**Work instruction:** Lines from the material below that hold the string "IFCSHAPEREPRESENTATION" are what is needed; copy each of them.

===== Input for this task =====

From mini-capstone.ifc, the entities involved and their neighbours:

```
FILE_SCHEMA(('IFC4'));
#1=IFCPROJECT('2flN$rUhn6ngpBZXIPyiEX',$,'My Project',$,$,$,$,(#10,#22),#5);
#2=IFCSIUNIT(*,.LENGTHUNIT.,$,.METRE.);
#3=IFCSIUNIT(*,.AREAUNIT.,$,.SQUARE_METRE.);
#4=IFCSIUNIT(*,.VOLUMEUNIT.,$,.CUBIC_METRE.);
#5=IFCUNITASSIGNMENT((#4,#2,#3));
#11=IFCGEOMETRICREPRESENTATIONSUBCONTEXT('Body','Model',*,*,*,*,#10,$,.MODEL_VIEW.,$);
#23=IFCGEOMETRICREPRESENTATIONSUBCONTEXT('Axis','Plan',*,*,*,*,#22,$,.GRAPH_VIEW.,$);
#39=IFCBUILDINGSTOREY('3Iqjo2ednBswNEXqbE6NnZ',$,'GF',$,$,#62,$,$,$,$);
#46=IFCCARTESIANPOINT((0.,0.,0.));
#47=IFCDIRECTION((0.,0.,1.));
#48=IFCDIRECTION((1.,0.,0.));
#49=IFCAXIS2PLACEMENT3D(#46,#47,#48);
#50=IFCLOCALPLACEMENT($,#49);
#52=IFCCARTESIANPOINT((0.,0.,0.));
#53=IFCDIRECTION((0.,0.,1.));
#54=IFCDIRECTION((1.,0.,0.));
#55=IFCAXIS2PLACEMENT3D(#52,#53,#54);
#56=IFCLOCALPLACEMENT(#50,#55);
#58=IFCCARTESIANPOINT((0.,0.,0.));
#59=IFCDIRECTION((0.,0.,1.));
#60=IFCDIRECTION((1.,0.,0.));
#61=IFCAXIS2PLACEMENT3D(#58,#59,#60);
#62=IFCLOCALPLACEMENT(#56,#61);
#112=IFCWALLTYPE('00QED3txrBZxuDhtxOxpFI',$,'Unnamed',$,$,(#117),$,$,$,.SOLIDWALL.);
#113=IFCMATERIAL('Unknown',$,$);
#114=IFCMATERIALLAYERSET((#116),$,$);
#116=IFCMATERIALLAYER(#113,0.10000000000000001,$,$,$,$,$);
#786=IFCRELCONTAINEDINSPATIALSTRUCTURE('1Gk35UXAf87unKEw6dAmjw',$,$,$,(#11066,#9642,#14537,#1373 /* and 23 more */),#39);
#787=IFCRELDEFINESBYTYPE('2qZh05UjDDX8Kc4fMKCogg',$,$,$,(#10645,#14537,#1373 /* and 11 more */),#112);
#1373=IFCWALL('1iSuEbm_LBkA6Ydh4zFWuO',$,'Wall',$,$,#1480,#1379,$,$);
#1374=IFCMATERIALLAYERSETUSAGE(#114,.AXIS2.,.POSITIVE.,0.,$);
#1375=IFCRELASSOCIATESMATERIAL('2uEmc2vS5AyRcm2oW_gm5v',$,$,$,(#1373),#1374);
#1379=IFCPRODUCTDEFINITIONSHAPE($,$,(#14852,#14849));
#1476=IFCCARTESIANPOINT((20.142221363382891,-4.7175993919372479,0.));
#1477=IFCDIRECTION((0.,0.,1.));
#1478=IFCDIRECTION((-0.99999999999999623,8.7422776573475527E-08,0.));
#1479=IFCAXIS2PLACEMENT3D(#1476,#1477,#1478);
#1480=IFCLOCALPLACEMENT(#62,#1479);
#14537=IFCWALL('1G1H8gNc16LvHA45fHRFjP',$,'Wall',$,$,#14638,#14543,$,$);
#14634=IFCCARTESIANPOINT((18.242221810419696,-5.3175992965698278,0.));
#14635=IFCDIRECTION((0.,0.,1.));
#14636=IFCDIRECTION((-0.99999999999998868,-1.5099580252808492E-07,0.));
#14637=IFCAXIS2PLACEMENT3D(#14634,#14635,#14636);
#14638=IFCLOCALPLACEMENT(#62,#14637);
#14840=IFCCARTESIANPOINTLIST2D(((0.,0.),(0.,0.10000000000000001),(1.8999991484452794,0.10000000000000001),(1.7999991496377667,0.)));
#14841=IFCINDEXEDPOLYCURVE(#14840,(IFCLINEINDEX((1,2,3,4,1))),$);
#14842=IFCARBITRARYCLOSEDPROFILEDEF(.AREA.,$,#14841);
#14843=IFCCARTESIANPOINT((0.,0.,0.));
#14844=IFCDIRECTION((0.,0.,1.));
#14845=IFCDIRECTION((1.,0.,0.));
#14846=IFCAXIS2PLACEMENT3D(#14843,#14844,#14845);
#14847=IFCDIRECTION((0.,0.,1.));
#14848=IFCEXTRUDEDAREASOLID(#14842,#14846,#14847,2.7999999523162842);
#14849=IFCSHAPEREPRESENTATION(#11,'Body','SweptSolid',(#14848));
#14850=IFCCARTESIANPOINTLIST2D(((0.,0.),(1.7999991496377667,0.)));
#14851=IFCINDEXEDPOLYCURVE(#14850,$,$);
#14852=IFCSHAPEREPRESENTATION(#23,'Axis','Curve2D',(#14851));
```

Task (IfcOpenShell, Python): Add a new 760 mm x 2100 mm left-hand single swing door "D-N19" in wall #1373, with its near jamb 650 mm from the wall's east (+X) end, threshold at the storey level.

```python
import numpy as np
import ifcopenshell
import ifcopenshell.api.feature
import ifcopenshell.api.geometry
import ifcopenshell.api.root
import ifcopenshell.api.spatial
import ifcopenshell.geom
import ifcopenshell.util.element
import ifcopenshell.util.placement
import ifcopenshell.util.representation
import ifcopenshell.util.shape
import ifcopenshell.util.unit

model = ifcopenshell.open("mini-capstone.ifc")
unit_scale = ifcopenshell.util.unit.calculate_unit_scale(model)
settings = ifcopenshell.geom.settings()


def volume(element):
    """Net volume in cubic metres, openings subtracted."""
    shape = ifcopenshell.geom.create_shape(settings, element)
    return ifcopenshell.util.shape.get_volume(shape.geometry)


wall = model.by_guid("1iSuEbm_LBkA6Ydh4zFWuO")
storey = ifcopenshell.util.element.get_container(wall, ifc_class="IfcBuildingStorey")
context = ifcopenshell.util.representation.get_context(model, "Model", "Body", "MODEL_VIEW")
before = volume(wall)

width, height, from_end, sill = 0.76, 2.1, 0.65, 0.0  # metres

# The wall runs along its own X axis, and the end named is its -X end.
wall_shape = ifcopenshell.geom.create_shape(settings, wall)
x, y, z = ifcopenshell.util.shape.get_vertices(wall_shape.geometry).T
start = x.min() + from_end
face, thickness = float(y.min()), float(y.max() - y.min())
wall_matrix = ifcopenshell.util.placement.get_local_placement(wall.ObjectPlacement)
level = ifcopenshell.util.placement.get_local_placement(storey.ObjectPlacement)[2, 3]


def in_wall(x, y):
    """Placement at x, y metres in the wall's axes, at sill height."""
    matrix = wall_matrix.copy()
    matrix[:, 3] = wall_matrix @ np.array([x / unit_scale, y / unit_scale, 0.0, 1.0])
    matrix[2, 3] = level + sill / unit_scale
    return matrix


# Opening: a box that overshoots both wall faces by 50 mm.
opening = ifcopenshell.api.root.create_entity(model, ifc_class="IfcOpeningElement", predefined_type="OPENING")
box = ifcopenshell.api.geometry.add_wall_representation(
    model, context=context, length=width, height=height, thickness=thickness + 0.1
)
ifcopenshell.api.geometry.assign_representation(model, product=opening, representation=box)
ifcopenshell.api.geometry.edit_object_placement(model, product=opening, matrix=in_wall(start, face - 0.05), is_si=False)
ifcopenshell.api.feature.add_feature(model, feature=opening, element=wall)

door = ifcopenshell.api.root.create_entity(model, ifc_class="IfcDoor", name="D-N19", predefined_type="DOOR")
door.OverallWidth, door.OverallHeight = width / unit_scale, height / unit_scale
door.OperationType = "SINGLE_SWING_LEFT"
body = ifcopenshell.api.geometry.add_door_representation(
    model,
    context=context,
    overall_width=door.OverallWidth,
    overall_height=door.OverallHeight,
    operation_type="SINGLE_SWING_LEFT",
    lining_properties={"LiningDepth": thickness / unit_scale, "ThresholdDepth": thickness / unit_scale},
)
ifcopenshell.api.geometry.assign_representation(model, product=door, representation=body)
ifcopenshell.api.spatial.assign_container(model, products=[door], relating_structure=storey)
ifcopenshell.api.feature.add_filling(model, opening=opening, element=door)

# The lining spans the wall, so the door starts at the wall face.
ifcopenshell.api.geometry.edit_object_placement(model, product=door, matrix=in_wall(start, face), is_si=False)

after = volume(wall)

print(f"wall volume {before:.3f} -> {after:.3f} m3")

model.write("mini-capstone-out.ifc")
```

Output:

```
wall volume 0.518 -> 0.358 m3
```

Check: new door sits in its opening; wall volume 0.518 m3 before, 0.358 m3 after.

=====

**Response to the exercise:**
#14849=IFCSHAPEREPRESENTATION(#11,'Body','SweptSolid',(#14848));
#14852=IFCSHAPEREPRESENTATION(#23,'Axis','Curve2D',(#14851));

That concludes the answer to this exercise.